• To do
For each line below with the word "IFCRELDEFINESBYTYPE", write out a copy.
+++
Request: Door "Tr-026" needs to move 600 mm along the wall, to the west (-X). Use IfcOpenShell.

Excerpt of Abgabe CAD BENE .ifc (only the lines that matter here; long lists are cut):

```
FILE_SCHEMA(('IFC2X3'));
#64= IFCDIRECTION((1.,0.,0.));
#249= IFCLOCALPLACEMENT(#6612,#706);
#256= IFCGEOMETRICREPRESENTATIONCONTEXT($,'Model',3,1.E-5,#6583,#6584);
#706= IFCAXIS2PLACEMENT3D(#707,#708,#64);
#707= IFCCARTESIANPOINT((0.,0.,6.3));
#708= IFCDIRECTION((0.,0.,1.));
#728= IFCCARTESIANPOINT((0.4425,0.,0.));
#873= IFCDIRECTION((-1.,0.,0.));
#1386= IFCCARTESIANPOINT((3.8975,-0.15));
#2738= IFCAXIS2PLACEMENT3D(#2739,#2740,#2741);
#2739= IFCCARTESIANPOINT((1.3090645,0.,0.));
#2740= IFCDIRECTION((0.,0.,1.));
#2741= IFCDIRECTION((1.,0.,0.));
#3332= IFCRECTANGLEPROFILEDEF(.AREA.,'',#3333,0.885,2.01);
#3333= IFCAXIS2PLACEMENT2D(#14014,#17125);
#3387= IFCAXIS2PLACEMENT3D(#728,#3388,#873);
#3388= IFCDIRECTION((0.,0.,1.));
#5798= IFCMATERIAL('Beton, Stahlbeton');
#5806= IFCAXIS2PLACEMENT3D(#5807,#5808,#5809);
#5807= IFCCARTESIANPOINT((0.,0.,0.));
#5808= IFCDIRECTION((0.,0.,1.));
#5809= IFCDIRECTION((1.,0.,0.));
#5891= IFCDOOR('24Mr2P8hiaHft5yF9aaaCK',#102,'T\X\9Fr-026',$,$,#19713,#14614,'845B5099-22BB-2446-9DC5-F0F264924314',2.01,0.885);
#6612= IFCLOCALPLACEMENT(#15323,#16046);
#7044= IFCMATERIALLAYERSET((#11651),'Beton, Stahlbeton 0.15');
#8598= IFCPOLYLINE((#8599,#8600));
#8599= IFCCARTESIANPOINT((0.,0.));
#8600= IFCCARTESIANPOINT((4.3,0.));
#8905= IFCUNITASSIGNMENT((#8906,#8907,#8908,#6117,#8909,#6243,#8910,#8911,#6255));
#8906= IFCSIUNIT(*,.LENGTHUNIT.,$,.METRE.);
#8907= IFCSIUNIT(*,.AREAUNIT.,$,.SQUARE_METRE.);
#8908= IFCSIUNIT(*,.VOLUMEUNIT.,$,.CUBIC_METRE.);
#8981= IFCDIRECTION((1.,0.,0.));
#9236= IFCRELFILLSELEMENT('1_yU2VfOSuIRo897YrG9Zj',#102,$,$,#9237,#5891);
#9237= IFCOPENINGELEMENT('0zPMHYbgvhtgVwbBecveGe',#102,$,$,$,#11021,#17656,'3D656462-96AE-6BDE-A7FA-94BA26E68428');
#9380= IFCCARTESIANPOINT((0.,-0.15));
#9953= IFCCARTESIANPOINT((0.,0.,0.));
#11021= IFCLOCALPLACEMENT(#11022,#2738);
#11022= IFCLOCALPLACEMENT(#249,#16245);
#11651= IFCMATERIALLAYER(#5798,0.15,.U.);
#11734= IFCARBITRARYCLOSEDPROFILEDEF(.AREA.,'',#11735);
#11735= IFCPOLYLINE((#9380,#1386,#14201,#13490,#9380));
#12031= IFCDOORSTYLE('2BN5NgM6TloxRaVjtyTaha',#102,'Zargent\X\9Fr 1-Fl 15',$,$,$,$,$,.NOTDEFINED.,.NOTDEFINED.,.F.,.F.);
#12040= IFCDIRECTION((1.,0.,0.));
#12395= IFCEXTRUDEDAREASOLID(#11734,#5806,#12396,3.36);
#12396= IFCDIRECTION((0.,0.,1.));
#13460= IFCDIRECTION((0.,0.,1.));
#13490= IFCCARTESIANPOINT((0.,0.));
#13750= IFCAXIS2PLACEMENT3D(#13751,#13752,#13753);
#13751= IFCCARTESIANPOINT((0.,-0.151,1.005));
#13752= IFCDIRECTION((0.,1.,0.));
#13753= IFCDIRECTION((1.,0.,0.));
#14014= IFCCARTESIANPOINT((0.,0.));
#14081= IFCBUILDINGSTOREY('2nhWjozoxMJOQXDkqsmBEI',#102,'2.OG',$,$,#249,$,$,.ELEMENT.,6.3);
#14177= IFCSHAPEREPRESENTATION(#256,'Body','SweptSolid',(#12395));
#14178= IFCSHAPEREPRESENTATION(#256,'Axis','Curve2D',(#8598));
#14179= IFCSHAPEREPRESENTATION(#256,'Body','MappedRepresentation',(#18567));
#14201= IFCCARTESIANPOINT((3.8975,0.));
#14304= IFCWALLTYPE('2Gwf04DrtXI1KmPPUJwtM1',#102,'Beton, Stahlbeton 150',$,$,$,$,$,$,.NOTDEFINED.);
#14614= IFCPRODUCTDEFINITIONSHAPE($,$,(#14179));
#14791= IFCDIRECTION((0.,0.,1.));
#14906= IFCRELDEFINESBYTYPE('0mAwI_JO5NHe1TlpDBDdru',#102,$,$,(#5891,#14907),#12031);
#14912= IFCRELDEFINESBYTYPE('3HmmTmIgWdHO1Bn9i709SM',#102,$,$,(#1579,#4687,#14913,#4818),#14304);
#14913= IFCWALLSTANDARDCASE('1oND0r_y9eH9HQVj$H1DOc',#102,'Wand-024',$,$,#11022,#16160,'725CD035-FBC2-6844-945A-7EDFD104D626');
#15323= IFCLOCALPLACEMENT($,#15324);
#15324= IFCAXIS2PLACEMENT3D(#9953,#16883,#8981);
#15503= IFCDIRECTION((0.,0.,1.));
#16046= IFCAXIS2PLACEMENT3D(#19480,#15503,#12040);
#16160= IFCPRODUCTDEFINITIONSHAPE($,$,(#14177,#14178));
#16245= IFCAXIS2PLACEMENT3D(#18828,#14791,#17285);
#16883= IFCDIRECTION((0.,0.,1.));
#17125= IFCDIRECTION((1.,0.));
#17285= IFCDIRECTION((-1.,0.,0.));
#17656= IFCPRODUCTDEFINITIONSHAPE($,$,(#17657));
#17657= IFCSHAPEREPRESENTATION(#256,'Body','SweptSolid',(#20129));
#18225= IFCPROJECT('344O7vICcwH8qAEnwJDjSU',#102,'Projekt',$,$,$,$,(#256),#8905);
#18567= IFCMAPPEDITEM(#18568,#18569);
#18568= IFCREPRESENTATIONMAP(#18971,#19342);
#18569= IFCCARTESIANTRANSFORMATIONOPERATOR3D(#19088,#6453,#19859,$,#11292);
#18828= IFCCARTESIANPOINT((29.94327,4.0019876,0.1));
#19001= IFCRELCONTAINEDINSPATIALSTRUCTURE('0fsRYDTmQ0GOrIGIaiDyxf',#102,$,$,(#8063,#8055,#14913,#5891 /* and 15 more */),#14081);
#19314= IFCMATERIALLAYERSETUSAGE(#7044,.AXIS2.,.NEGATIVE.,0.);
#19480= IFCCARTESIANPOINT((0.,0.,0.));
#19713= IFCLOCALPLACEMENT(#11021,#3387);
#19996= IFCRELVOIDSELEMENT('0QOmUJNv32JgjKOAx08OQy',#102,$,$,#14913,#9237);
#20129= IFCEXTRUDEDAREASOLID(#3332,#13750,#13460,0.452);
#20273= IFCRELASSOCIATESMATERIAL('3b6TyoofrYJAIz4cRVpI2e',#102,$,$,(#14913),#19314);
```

```python
import ifcopenshell
import ifcopenshell.api.geometry
import ifcopenshell.util.placement

model = ifcopenshell.open("Abgabe CAD BENE .ifc")

door = model.by_id(5891)
opening = door.FillsVoids[0].RelatingOpeningElement
wall = opening.VoidsElements[0].RelatingBuildingElement

wall_matrix = ifcopenshell.util.placement.get_local_placement(wall.ObjectPlacement)
shift = wall_matrix[:3, 0] * 0.6
before = ifcopenshell.util.placement.get_local_placement(door.ObjectPlacement)[:3, 3].copy()

# The door is placed relative to its opening, so it follows when the opening moves.
matrix = ifcopenshell.util.placement.get_local_placement(opening.ObjectPlacement)
matrix[:3, 3] += shift
ifcopenshell.api.geometry.edit_object_placement(
    model, product=opening, matrix=matrix, is_si=False, should_transform_children=True
)

after = ifcopenshell.util.placement.get_local_placement(door.ObjectPlacement)[:3, 3]
print("door moved by", (after - before).round(3) + 0.0)

model.write("Abgabe CAD BENE _edited.ifc")
```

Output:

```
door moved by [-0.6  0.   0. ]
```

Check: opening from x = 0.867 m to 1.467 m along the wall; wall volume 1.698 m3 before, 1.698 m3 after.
+++
• Result of this exercise
#14906= IFCRELDEFINESBYTYPE('0mAwI_JO5NHe1TlpDBDdru',#102,$,$,(#5891,#14907),#12031);
#14912= IFCRELDEFINESBYTYPE('3HmmTmIgWdHO1Bn9i709SM',#102,$,$,(#1579,#4687,#14913,#4818),#14304);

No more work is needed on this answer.